[[ Input for this task open ]]

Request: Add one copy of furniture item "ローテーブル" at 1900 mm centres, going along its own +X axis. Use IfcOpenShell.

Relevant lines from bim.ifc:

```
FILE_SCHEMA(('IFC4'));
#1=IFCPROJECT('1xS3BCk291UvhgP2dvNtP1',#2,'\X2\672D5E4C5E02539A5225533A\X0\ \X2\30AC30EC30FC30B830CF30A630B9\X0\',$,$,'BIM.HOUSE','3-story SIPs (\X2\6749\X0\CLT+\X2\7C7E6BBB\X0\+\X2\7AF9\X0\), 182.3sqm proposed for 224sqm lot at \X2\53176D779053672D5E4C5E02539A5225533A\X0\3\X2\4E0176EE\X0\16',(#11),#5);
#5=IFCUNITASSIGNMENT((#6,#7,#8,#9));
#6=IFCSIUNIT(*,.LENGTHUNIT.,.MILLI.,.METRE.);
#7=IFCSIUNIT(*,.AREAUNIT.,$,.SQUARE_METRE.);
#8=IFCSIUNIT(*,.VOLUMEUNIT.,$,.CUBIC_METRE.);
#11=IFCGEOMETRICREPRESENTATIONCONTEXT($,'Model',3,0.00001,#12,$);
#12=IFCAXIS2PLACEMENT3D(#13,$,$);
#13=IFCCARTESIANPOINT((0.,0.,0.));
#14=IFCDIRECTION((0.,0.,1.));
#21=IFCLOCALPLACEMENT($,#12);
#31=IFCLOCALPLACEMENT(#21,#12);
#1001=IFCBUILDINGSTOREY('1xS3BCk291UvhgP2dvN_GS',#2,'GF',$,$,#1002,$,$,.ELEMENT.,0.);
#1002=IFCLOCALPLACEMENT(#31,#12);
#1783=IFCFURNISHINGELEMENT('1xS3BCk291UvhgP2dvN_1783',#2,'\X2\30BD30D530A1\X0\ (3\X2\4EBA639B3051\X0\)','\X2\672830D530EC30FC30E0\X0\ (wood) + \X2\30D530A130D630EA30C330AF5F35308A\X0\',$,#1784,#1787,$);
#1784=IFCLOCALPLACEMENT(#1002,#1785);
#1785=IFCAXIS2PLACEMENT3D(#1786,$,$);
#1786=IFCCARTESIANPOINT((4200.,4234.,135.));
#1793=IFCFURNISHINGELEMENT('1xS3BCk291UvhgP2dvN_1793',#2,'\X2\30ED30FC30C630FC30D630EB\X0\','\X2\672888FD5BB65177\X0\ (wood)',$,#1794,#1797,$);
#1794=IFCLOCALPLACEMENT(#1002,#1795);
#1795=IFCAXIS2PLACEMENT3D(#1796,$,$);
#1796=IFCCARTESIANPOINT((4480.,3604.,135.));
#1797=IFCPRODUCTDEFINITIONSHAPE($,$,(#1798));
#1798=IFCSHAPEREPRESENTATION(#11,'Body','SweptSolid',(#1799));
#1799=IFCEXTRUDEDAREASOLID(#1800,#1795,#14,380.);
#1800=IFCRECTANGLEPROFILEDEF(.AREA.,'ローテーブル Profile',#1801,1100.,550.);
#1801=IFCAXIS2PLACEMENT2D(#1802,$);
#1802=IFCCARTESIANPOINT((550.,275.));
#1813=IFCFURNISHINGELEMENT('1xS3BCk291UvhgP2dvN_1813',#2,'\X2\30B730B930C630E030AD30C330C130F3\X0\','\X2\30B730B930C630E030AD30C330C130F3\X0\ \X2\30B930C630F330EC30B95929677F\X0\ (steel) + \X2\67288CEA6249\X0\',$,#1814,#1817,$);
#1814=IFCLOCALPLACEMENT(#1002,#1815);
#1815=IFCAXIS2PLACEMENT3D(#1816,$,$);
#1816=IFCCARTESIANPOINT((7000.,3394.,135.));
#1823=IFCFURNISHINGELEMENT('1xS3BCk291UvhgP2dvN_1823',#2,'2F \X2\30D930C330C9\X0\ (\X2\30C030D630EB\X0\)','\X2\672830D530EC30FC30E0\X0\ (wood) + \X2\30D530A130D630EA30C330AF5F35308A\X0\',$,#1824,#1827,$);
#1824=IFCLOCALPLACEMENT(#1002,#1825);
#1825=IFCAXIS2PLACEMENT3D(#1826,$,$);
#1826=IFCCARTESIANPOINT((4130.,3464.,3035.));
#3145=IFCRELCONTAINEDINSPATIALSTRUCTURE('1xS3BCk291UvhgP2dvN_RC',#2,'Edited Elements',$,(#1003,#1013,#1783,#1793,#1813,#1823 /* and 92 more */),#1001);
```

```python
import ifcopenshell
import ifcopenshell.api.geometry
import ifcopenshell.api.root
import ifcopenshell.util.element
import ifcopenshell.util.placement
import ifcopenshell.util.unit

model = ifcopenshell.open("bim.ifc")
unit_scale = ifcopenshell.util.unit.calculate_unit_scale(model)


def reuse_history(source, copy):
    """copy_class also copies each property set's owner history, people and application; keep the originals."""
    for rel in copy.IsDefinedBy:
        if rel.is_a("IfcRelDefinesByProperties") and (history := rel.RelatingPropertyDefinition.OwnerHistory):
            rel.RelatingPropertyDefinition.OwnerHistory = source.OwnerHistory
            ifcopenshell.util.element.remove_deep2(model, history)


source = model.by_guid("1xS3BCk291UvhgP2dvN_1793")
base = ifcopenshell.util.placement.get_local_placement(source.ObjectPlacement)
step = base[:3, 0] * 1.9 / unit_scale

for i in range(1, 2):
    copy = ifcopenshell.api.root.copy_class(model, product=source)
    copy.Representation = ifcopenshell.util.element.copy_deep(
        model, source.Representation, exclude=["IfcGeometricRepresentationContext", "IfcRepresentationMap"]
    )
    reuse_history(source, copy)
    matrix = base.copy()
    matrix[:3, 3] += i * step
    print("added at", matrix[:3, 3].round(3) + 0.0)
    ifcopenshell.api.geometry.edit_object_placement(model, product=copy, matrix=matrix, is_si=False)

model.write("bim_v2.ifc")
```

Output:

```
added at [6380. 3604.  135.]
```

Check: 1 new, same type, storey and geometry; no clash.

[[ Input for this task closed ]]

**Aim of the task**:
Show each line of the material above where "ローテーブル" occurs.

**Response area**:
Request: Add one copy of furniture item "ローテーブル" at 1900 mm centres, going along its own +X axis. Use IfcOpenShell.
#1800=IFCRECTANGLEPROFILEDEF(.AREA.,'ローテーブル Profile',#1801,1100.,550.);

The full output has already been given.